▶ **Your objective**
Among the entries that follow, find every line with the word "RefElevation" and list it.

(Data listing)

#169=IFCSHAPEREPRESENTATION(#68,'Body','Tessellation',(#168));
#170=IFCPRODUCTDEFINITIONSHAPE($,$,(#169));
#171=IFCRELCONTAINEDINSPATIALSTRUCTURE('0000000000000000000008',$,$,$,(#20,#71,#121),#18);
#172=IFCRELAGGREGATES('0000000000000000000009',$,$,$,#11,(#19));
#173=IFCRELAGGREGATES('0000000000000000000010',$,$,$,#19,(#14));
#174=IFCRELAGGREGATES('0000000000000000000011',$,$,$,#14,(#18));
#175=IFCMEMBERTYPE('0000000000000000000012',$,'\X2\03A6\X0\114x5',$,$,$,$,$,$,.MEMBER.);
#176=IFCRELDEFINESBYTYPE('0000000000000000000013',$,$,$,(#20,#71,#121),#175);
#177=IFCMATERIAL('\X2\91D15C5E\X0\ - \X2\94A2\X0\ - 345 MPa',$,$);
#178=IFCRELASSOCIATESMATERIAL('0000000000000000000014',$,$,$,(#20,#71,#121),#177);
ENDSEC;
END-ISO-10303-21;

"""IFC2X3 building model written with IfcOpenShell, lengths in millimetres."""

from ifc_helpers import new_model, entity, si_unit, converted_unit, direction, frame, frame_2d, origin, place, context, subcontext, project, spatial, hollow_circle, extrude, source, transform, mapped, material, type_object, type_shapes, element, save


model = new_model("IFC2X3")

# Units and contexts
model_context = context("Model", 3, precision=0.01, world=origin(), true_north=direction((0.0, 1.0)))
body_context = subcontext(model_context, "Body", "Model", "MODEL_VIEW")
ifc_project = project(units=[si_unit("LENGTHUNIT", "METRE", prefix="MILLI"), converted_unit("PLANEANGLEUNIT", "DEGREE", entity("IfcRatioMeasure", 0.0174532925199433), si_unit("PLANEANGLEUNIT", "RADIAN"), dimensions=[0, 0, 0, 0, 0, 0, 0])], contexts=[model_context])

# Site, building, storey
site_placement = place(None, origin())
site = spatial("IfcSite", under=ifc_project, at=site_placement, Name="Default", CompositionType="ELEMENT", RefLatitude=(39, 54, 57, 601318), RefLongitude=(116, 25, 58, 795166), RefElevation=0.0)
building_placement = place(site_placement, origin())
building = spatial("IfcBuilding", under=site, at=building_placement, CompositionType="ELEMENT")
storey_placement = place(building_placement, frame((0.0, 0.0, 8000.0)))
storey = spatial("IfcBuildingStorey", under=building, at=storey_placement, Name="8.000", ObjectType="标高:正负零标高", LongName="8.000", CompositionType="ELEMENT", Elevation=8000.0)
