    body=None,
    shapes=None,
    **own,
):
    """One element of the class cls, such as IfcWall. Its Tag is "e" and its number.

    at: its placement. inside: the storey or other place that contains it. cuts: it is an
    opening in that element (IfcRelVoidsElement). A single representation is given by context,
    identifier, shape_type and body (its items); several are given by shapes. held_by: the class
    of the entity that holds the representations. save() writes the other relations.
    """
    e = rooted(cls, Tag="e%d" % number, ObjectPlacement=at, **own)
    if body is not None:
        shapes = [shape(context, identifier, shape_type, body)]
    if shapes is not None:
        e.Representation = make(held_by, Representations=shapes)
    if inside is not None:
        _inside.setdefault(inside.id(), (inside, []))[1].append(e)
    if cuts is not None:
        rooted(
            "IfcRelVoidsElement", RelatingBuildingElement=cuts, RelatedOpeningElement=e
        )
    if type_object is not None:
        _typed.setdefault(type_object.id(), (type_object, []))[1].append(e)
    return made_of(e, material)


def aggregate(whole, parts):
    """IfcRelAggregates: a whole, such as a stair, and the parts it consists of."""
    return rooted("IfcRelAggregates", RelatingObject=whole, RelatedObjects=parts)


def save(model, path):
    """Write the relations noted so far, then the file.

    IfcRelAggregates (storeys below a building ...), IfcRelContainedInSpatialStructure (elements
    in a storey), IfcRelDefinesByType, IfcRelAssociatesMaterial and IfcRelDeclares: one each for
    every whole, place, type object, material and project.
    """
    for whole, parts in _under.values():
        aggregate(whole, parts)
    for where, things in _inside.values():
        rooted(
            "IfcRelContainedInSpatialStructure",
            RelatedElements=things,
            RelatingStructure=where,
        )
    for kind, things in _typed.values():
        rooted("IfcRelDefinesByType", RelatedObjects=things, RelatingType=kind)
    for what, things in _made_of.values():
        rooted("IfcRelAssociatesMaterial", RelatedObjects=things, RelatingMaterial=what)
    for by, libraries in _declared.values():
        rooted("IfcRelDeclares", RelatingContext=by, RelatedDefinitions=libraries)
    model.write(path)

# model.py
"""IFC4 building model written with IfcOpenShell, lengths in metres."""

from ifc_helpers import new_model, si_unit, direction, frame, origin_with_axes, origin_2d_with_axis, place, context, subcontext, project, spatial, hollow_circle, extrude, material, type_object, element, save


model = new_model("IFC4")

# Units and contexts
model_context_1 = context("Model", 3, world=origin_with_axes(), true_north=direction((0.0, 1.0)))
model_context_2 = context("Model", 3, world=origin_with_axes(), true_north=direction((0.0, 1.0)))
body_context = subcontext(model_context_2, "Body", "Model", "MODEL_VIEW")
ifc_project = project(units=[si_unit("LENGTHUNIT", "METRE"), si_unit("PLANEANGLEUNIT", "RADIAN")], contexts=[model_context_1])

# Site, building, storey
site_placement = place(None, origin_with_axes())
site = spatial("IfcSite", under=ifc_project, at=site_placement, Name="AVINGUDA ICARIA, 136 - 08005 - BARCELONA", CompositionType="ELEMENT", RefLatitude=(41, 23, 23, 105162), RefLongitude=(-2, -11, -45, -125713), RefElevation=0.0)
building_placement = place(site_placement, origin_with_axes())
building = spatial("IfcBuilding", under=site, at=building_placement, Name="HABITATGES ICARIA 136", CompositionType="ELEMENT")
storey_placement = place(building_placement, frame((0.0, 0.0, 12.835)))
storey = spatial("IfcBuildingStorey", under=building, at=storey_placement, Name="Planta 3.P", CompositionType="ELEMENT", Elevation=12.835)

(End Data listing)

▶ **Your response**
site = spatial("IfcSite", under=ifc_project, at=site_placement, Name="Default", CompositionType="ELEMENT", RefLatitude=(39, 54, 57, 601318), RefLongitude=(116, 25, 58, 795166), RefElevation=0.0)
site = spatial("IfcSite", under=ifc_project, at=site_placement, Name="AVINGUDA ICARIA, 136 - 08005 - BARCELONA", CompositionType="ELEMENT", RefLatitude=(41, 23, 23, 105162), RefLongitude=(-2, -11, -45, -125713), RefElevation=0.0)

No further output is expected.